Transistor Radio Sparks a Lifetime of Memories
By John Addyman | john.addyman@yahoo.com
I’m sitting here looking at one of my old transistor radios. We’ve been through a lot together.
It’s got dried paint droplets on it, a lot of scratches and its antenna has seen better days.
The paint blotch is blue and it’s from a Sunday afternoon in Altamont, outside of Albany. I was painting the side of my house and in our small town that was enough to draw a crowd. Mayor Jim Caruso and his wife, Rosemary, brought lawn chairs and set them up so they wouldn’t miss a thing and could cheer me on. If memory serves, Rosemary brought a picnic lunch. Jim was a big eater.
To paint the house, I had to climb my 24-foot ladder. With my well-earned fear of heights, that meant adventure might ensure, which brought people over to our lawn to watch.
I found that listening to something engaging kept my mind off the fact that there was a lot of air under my feet while I was painting. I’m pretty sure I was listening to a baseball game because it was warm out — good painting weather.
While I was on the ladder, I got good advice from the Carusos — which bone surgeons were closest, how important it was to update my insurance, how far away the nearest hornets’ nest was and up-to-the minute data on how often homeowners hit the ground painting. Jim was an expert on statistics and data.
The little radio had a cord attached to it and I hung it on one of the rungs of the ladder, so it swung around while I was stroking the paint on.
I could only pick up AM radio stations on that little radio, but that was plenty.
We had moved to Altamont from the Philadelphia area, with our only daughter, Amy, in tow. She must have been 8 years old then. She missed her friends from back home and was trying to make new ones on her softball team, with me as the coach. There were summer nights that year when she would join me while I sat in the dark and listened to Phillies games broadcast from KYW 1060 AM in Philadelphia.
The Helderberg Mountains outside our town were perfectly capturing the radio signal from 300 miles away. When the signal faded and we couldn’t hear Harry Kalas or Rich Ashburn, Amy and I would talk about school and baseball and life in a very small town.
When I was growing up, AM radio was it. FM wasn’t common. We listened to Rock ‘n Roll on WARM 590 out of Scranton. In my senior year, someone’s voice on the radio changed a lot of us: that voice belonged to Chubby Checker.
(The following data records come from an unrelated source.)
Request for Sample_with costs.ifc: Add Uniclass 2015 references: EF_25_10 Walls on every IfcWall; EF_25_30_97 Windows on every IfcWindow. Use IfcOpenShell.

First a look at what the model holds.

```python
import ifcopenshell

model = ifcopenshell.open("Sample_with costs.ifc")
print(model.schema)
print("classifications:", [c.Name for c in model.by_type("IfcClassification")])
for ifc_class in ("IfcDoor", "IfcRoof", "IfcStair", "IfcWall", "IfcWindow"):
    print(ifc_class, len(model.by_type(ifc_class)))
```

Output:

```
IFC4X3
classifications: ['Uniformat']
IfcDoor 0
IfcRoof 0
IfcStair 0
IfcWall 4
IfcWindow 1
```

```python
import ifcopenshell
import ifcopenshell.api.classification

model = ifcopenshell.open("Sample_with costs.ifc")

system = ifcopenshell.api.classification.add_classification(model, classification="Uniclass 2015")

codes = {
    "IfcWall": ("EF_25_10", "Walls"),
    "IfcWindow": ("EF_25_30_97", "Windows"),
}
for ifc_class, (code, name) in codes.items():
    products = model.by_type(ifc_class)
    ifcopenshell.api.classification.add_reference(
        model, products=products, classification=system, identification=code, name=name
    )
    print(code, len(products))

model.write("Sample_with costs_edited.ifc")
```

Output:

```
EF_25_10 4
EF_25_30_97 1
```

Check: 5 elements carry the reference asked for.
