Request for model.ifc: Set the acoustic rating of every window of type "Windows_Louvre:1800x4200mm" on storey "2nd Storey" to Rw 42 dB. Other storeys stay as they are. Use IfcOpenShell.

First a look at what the model holds.

```python
import ifcopenshell
import ifcopenshell.util.element

model = ifcopenshell.open("model.ifc")
print(model.schema)
storey = next(s for s in model.by_type("IfcBuildingStorey") if s.Name == "2nd Storey")
windows = [e for e in ifcopenshell.util.element.get_decomposition(storey) if e.is_a("IfcWindow")]
seen = {}
for e in windows:
    element_type = ifcopenshell.util.element.get_type(e)
    key = (element_type.Name if element_type != e and element_type else None, ifcopenshell.util.element.get_pset(e, "Pset_WindowCommon", "AcousticRating"))
    seen[key] = seen.get(key, 0) + 1
for (name, value), count in sorted(seen.items(), key=str):
    print(count, "x", name, "|", value)
```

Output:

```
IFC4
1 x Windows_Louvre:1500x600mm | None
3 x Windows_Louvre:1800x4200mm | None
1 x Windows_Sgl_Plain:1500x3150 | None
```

```python
import ifcopenshell
import ifcopenshell.api.pset
import ifcopenshell.util.element

model = ifcopenshell.open("model.ifc")

storey = next(s for s in model.by_type("IfcBuildingStorey") if s.Name == "2nd Storey")
windows = [e for e in ifcopenshell.util.element.get_decomposition(storey) if e.is_a("IfcWindow")]

count = 0
for e in windows:
    element_type = ifcopenshell.util.element.get_type(e)
    if element_type in (None, e) or element_type.Name != "Windows_Louvre:1800x4200mm":
        continue
    # add_pset returns the element's existing set when there is one.
    pset = ifcopenshell.api.pset.add_pset(model, product=e, name="Pset_WindowCommon")
    ifcopenshell.api.pset.edit_pset(model, pset=pset, properties={"AcousticRating": "Rw 42 dB"})
    count += 1

print(count, "windows updated")

model.write("model_edited.ifc")
```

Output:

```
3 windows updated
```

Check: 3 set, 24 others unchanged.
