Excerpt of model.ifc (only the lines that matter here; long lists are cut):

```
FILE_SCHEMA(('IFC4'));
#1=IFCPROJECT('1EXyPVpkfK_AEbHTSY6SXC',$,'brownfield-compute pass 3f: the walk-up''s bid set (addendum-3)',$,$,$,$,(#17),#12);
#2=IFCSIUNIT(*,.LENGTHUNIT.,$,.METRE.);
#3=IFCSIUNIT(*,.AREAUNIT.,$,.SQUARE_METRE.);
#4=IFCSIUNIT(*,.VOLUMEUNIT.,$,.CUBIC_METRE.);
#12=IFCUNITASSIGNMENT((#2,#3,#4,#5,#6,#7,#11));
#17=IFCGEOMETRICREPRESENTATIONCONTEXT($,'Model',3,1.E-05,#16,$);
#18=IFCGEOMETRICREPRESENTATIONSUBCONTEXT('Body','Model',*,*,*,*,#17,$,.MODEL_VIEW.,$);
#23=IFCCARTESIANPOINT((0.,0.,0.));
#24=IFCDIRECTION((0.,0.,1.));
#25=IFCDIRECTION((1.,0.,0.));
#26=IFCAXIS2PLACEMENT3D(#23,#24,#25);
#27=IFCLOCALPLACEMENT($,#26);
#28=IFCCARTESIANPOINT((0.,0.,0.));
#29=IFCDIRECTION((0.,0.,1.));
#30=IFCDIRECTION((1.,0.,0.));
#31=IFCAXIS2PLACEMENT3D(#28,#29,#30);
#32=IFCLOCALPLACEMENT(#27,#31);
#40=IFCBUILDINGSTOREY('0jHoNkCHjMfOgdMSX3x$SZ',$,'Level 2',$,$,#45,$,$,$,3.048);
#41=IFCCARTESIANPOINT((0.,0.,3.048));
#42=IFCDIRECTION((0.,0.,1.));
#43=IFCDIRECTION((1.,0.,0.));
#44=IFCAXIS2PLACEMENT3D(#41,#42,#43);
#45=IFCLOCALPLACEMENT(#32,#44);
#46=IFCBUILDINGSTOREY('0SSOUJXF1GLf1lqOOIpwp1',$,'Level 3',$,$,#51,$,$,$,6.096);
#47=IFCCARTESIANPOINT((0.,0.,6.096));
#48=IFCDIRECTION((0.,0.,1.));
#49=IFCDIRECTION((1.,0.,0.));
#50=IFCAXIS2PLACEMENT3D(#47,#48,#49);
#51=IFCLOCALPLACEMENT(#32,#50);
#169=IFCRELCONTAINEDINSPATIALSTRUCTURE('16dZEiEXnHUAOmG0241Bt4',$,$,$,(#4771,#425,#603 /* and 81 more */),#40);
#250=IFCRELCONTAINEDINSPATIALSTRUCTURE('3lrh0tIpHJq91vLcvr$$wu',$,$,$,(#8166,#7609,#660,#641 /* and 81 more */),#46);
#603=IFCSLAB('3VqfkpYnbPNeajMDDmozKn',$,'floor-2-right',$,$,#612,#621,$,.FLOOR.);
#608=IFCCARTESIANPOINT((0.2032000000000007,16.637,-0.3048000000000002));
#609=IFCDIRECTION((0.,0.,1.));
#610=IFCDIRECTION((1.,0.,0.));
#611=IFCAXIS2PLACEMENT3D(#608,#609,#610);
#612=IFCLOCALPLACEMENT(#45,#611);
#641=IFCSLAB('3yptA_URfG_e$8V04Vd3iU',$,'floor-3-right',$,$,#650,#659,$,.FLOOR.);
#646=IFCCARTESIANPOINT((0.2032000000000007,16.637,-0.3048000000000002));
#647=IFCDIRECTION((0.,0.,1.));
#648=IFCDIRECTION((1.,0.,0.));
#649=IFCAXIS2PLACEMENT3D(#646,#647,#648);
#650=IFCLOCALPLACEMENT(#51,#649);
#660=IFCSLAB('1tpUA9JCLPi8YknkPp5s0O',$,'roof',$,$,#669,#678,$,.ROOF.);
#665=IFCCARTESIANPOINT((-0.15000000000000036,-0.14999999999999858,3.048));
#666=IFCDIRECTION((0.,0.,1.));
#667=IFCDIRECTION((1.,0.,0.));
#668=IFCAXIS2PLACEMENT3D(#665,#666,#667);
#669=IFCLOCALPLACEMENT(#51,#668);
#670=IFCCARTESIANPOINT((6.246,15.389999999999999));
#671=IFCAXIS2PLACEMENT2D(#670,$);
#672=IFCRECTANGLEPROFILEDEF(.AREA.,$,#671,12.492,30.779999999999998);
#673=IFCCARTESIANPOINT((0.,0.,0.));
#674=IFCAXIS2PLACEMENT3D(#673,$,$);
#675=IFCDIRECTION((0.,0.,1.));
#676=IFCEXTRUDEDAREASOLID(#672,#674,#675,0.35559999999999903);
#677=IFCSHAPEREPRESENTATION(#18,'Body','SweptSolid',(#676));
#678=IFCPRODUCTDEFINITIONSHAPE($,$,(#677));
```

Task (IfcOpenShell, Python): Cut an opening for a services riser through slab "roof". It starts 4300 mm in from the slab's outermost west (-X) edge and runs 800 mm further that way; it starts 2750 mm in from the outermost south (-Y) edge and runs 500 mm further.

```python
import numpy as np
import ifcopenshell
import ifcopenshell.api.feature
import ifcopenshell.api.geometry
import ifcopenshell.api.root
import ifcopenshell.geom
import ifcopenshell.util.placement
import ifcopenshell.util.representation
import ifcopenshell.util.shape
import ifcopenshell.util.unit

model = ifcopenshell.open("model.ifc")
unit_scale = ifcopenshell.util.unit.calculate_unit_scale(model)
settings = ifcopenshell.geom.settings()


def volume(element):
    """Net volume in cubic metres, openings subtracted."""
    shape = ifcopenshell.geom.create_shape(settings, element)
    return ifcopenshell.util.shape.get_volume(shape.geometry)


slab = model.by_guid("1tpUA9JCLPi8YknkPp5s0O")
before = volume(slab)

# Extent in the slab's own axes, in metres. The edges named are its -X and -Y sides.
slab_shape = ifcopenshell.geom.create_shape(settings, slab)
vertices = ifcopenshell.util.shape.get_vertices(slab_shape.geometry)
x_min, y_min, bottom = vertices.min(axis=0)
top = vertices[:, 2].max()

opening = ifcopenshell.api.root.create_entity(model, ifc_class="IfcOpeningElement", name="Services riser opening", predefined_type="OPENING")
context = ifcopenshell.util.representation.get_context(model, "Model", "Body", "MODEL_VIEW")
width, depth = 0.8, 0.5
outline = [(0.0, 0.0), (width, 0.0), (width, depth), (0.0, depth), (0.0, 0.0)]
# Overshoot both faces by 50 mm so the cut is clean.
shape = ifcopenshell.api.geometry.add_slab_representation(
    model, context=context, depth=top - bottom + 0.1, polyline=outline
)
ifcopenshell.api.geometry.assign_representation(model, product=opening, representation=shape)

matrix = ifcopenshell.util.placement.get_local_placement(slab.ObjectPlacement)
matrix[:, 3] = matrix @ np.append(np.array([x_min + 4.3, y_min + 2.75, bottom - 0.05]) / unit_scale, 1.0)
ifcopenshell.api.geometry.edit_object_placement(model, product=opening, matrix=matrix, is_si=False)
ifcopenshell.api.feature.add_feature(model, feature=opening, element=slab)

after = volume(slab)

print(f"slab volume {before:.3f} -> {after:.3f} m3")

model.write("model_rev.ifc")
```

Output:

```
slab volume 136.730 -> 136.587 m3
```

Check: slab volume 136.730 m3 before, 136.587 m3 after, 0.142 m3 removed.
My high school had a recreation room on the ground floor where you could go after lunch in the cafeteria and listen to music out of a juke box and dance — though very few of the guys did.
Old Chubby changed that with his record, “The Twist.” If you could wiggle enough to dry your bottom with a towel after a shower, you could do the twist.
And if you could twist, you got out on the dance floor … and chanced other dances. It was such a revolution that I remember a car full of guys on their way to a big football game on a Friday night and as soon as we heard Chubby’s voice coming out of the car’s speakers, the driver stopped the car in the Acme parking lot in Clarks Summit and we all piled out to dance right then and there. It was splendid.
When we moved to Newark in Wayne County from Connecticut, that old AM radio in my truck was so important. We’d snapped up our new house without selling the old one, so my wife and I commuted from Connecticut every weekend, bringing stuff with us we didn’t want the movers to hurt.
My wife and I would come home from work, pack her car and my truck and head for Newark — a six-hour drive. She worked for a bank, so she got on the road earlier than I did many times. She’d take the Thruway to the Chittenango rest stop, park there and take a nap, while I was a good 100 miles behind her.
Those were dark, lonely trips for me and the saving grace was my truck had a good radio and I could pick up baseball games in the summer and football games in the fall. We moved in on Halloween. Because of the distance, I’d listen to one station until it faded, pick up another one and kept at it until I got to Chittenango, found my wife’s car, gave her a kiss and we went on to Newark together in our own little caravan.
And on one memorable night, while we were sleeping on the floor of our new bedroom, we got visited by bats. As tired as we both were, we moved pretty quick that night.
I pulled out one of my younger transistor radios this summer so I could listen to something while I washed my car under our Sycamore tree. I found a lot of talk shows and decided on one of them that was covering local issues. I tend to talk to myself when I wash my car, so what I was doing blended right in with the talk show.
When I got done, the radio had bird poop on it.
Yes, my little radios and I have been through a lot together.